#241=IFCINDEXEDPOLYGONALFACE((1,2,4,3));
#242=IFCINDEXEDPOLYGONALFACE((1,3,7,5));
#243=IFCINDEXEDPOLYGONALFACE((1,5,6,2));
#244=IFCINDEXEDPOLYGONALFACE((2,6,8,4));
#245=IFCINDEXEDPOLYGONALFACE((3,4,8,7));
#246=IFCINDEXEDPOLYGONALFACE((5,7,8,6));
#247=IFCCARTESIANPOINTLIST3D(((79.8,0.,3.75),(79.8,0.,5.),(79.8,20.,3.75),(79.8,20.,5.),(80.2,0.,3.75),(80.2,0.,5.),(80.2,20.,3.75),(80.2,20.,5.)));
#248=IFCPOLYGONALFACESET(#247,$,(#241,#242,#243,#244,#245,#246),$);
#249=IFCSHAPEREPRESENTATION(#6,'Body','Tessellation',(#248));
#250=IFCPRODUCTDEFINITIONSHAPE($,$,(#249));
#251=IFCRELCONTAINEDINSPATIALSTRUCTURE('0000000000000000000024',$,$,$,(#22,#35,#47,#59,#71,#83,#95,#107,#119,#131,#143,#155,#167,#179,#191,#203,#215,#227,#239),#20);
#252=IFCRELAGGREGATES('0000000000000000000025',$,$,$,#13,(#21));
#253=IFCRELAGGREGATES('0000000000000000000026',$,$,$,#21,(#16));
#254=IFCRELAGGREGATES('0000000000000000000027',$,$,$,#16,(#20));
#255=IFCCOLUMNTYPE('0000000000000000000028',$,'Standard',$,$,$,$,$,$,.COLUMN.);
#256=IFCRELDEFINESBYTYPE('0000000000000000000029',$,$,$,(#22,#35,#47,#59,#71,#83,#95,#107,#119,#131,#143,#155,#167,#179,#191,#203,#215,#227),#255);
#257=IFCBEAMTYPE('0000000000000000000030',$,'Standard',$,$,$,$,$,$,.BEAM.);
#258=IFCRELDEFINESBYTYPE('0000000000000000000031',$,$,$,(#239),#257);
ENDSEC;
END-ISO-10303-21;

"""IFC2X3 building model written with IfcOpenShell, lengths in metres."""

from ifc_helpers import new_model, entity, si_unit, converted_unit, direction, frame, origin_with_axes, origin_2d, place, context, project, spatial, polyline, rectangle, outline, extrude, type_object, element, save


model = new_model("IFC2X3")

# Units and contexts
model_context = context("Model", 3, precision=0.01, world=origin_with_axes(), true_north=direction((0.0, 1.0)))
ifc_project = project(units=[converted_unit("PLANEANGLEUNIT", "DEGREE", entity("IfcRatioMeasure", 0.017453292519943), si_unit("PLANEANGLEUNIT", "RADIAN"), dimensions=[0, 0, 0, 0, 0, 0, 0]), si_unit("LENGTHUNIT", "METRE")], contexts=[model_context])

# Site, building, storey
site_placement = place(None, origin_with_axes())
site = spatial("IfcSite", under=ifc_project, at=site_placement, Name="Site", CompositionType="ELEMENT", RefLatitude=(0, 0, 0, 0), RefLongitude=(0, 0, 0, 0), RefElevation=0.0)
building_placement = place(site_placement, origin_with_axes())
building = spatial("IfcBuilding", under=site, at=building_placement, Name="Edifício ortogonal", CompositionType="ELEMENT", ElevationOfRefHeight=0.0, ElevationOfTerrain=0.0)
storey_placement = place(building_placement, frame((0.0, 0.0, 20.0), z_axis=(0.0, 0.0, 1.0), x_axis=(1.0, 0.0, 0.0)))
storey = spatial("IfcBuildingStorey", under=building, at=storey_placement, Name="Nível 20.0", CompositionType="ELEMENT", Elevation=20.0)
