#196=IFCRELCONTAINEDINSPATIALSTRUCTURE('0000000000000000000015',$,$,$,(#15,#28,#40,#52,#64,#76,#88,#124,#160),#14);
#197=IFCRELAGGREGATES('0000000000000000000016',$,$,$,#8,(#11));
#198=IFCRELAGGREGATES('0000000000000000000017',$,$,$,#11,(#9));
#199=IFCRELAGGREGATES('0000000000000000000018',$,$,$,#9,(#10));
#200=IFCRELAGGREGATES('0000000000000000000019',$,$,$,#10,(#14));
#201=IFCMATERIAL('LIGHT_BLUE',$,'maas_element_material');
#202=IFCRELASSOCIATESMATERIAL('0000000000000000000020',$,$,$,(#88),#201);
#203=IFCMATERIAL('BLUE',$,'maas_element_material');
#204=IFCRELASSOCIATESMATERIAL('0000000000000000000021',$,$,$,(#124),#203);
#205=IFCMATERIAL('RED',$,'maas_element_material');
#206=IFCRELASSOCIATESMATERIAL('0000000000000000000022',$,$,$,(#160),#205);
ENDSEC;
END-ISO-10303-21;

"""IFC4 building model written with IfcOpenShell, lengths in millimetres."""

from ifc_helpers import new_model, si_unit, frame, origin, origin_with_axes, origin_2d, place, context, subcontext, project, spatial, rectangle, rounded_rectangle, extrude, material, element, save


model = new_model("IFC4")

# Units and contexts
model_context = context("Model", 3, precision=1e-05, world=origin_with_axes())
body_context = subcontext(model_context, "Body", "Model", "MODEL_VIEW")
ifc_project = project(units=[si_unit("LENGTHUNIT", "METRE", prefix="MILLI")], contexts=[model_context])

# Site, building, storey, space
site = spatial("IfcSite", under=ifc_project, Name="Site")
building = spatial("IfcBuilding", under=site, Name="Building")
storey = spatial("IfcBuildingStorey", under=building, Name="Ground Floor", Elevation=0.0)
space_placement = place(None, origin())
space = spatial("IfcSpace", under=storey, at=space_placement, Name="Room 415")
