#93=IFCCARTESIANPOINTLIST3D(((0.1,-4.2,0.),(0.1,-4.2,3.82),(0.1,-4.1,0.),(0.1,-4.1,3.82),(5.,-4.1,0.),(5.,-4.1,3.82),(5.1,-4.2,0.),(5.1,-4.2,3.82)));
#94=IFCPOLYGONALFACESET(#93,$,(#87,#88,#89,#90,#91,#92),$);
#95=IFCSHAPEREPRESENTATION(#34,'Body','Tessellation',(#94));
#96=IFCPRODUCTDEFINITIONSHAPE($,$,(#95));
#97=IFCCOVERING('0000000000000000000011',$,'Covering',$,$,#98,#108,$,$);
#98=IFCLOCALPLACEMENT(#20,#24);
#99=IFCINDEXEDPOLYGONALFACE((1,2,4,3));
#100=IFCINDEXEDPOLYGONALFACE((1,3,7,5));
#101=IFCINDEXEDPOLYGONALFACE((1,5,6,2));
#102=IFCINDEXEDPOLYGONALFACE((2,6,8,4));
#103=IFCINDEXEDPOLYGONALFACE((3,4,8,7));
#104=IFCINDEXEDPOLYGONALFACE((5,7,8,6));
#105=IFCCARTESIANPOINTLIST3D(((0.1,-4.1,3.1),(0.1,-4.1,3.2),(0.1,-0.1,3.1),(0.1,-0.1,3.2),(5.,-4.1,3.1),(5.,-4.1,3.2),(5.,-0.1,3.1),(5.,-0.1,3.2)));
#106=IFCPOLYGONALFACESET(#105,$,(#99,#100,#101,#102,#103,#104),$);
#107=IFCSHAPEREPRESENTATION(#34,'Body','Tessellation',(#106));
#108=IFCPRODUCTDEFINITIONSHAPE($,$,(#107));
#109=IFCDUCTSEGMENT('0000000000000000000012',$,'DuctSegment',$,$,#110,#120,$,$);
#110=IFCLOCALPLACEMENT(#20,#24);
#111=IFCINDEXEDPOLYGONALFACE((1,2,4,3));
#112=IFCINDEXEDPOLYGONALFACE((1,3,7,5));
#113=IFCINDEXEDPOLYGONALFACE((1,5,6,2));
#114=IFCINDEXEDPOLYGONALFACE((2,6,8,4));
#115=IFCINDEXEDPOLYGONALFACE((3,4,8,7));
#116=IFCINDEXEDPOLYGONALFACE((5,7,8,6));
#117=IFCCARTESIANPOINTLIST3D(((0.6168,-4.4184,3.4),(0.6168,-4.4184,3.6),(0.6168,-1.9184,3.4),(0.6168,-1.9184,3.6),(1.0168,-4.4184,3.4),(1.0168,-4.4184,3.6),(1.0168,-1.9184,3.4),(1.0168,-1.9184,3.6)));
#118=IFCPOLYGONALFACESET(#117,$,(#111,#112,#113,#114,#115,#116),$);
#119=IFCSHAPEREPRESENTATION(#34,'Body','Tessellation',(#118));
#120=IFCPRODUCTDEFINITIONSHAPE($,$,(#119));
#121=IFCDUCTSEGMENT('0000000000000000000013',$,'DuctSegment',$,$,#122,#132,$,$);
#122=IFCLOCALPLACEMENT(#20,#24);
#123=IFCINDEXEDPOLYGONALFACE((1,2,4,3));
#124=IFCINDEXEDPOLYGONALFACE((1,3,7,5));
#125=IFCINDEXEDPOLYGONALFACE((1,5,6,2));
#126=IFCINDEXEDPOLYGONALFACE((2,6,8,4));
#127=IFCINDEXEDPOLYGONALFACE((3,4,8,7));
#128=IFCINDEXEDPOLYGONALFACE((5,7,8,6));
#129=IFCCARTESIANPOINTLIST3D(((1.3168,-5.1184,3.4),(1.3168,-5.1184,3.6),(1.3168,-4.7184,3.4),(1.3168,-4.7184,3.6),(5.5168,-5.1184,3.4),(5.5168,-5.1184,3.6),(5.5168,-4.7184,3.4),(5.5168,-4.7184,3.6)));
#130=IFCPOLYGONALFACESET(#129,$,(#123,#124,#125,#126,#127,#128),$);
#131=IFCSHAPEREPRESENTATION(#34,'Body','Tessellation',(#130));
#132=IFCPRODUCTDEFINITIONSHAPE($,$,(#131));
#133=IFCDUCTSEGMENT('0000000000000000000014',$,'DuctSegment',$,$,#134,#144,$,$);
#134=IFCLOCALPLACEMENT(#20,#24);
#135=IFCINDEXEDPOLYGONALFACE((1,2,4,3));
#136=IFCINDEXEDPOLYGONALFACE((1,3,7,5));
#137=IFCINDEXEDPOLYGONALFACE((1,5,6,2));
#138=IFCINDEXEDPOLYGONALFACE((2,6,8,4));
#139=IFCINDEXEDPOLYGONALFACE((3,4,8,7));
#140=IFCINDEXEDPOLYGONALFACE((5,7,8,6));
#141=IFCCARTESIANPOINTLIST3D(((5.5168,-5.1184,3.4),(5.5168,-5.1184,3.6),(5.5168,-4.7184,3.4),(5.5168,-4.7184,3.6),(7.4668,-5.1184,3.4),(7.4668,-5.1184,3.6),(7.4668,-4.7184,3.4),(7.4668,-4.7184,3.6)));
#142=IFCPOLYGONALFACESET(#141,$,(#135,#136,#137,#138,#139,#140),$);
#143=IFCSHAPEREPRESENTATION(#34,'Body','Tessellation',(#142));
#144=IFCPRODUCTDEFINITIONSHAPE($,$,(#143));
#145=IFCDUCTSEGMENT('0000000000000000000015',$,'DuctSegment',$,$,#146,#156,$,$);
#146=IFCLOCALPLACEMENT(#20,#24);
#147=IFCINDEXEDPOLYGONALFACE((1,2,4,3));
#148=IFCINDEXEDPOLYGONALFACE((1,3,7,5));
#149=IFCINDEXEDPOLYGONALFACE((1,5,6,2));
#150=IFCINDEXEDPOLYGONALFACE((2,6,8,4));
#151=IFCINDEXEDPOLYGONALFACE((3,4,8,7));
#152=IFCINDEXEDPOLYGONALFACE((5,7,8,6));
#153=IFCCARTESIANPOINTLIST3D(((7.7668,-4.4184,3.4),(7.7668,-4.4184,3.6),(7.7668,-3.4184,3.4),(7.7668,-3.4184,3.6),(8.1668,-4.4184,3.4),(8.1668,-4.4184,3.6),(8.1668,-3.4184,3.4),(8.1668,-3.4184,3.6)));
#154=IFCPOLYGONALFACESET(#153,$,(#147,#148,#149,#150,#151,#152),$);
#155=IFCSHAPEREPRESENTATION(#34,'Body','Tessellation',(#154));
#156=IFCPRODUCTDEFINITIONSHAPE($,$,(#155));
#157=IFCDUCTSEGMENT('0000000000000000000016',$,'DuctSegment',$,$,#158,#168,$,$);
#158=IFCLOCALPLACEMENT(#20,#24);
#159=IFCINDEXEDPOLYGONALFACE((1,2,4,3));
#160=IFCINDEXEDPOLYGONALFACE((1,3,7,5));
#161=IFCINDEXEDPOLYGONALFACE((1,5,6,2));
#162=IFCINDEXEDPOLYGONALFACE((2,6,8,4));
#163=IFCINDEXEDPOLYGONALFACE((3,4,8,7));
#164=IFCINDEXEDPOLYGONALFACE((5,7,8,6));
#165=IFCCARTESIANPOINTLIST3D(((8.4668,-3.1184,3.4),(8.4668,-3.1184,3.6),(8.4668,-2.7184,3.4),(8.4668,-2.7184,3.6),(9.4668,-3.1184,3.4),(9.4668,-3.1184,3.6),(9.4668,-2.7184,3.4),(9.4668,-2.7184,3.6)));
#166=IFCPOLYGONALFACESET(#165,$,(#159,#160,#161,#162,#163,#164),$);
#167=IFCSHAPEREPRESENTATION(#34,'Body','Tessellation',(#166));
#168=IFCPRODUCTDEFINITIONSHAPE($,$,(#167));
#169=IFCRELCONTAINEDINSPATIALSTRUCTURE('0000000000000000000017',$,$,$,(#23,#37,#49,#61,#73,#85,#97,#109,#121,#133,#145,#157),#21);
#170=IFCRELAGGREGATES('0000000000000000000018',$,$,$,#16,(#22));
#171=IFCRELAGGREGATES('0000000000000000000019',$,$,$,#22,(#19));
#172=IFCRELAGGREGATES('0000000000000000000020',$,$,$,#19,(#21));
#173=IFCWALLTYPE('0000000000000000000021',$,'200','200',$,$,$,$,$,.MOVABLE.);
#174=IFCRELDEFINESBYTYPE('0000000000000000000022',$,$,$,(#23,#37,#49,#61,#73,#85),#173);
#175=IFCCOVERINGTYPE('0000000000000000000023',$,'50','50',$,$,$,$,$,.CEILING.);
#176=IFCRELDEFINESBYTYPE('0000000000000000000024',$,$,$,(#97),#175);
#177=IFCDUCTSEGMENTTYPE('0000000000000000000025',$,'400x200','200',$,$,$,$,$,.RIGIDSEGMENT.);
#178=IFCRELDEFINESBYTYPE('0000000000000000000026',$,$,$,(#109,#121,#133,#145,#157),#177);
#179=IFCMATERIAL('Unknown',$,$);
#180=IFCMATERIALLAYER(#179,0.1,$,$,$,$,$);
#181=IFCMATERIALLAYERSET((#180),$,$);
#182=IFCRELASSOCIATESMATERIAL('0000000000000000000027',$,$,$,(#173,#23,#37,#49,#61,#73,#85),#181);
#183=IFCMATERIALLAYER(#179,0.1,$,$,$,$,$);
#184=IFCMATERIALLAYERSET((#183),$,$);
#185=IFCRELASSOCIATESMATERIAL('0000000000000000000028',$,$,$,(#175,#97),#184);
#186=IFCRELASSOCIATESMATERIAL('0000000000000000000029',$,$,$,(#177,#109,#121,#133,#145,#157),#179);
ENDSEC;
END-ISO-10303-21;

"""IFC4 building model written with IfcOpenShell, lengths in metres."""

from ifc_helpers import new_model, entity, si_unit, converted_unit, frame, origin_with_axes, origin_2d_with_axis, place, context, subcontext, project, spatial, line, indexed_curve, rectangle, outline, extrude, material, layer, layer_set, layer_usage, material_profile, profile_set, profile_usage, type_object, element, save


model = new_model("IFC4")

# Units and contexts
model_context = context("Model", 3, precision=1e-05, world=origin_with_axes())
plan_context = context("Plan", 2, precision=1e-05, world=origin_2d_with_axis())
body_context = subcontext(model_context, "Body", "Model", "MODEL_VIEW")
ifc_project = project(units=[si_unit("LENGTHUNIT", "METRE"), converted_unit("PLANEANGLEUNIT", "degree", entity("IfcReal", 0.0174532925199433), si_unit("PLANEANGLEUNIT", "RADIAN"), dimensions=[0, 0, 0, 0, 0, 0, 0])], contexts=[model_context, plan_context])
_ _ _
__REQUIREMENT__
Working from the material above, restate word for word the lines between the line with "#168=IFCPRODUCTDEFINITIONSHAPE($,$,(#167));" and the line with "#172=IFCRELAGGREGATES('0000000000000000000020',$,$,$,#19,(#21));", both included, and only those.

__EXERCISE SOLUTION__
#168=IFCPRODUCTDEFINITIONSHAPE($,$,(#167));
#169=IFCRELCONTAINEDINSPATIALSTRUCTURE('0000000000000000000017',$,$,$,(#23,#37,#49,#61,#73,#85,#97,#109,#121,#133,#145,#157),#21);
#170=IFCRELAGGREGATES('0000000000000000000018',$,$,$,#16,(#22));
#171=IFCRELAGGREGATES('0000000000000000000019',$,$,$,#22,(#19));
#172=IFCRELAGGREGATES('0000000000000000000020',$,$,$,#19,(#21));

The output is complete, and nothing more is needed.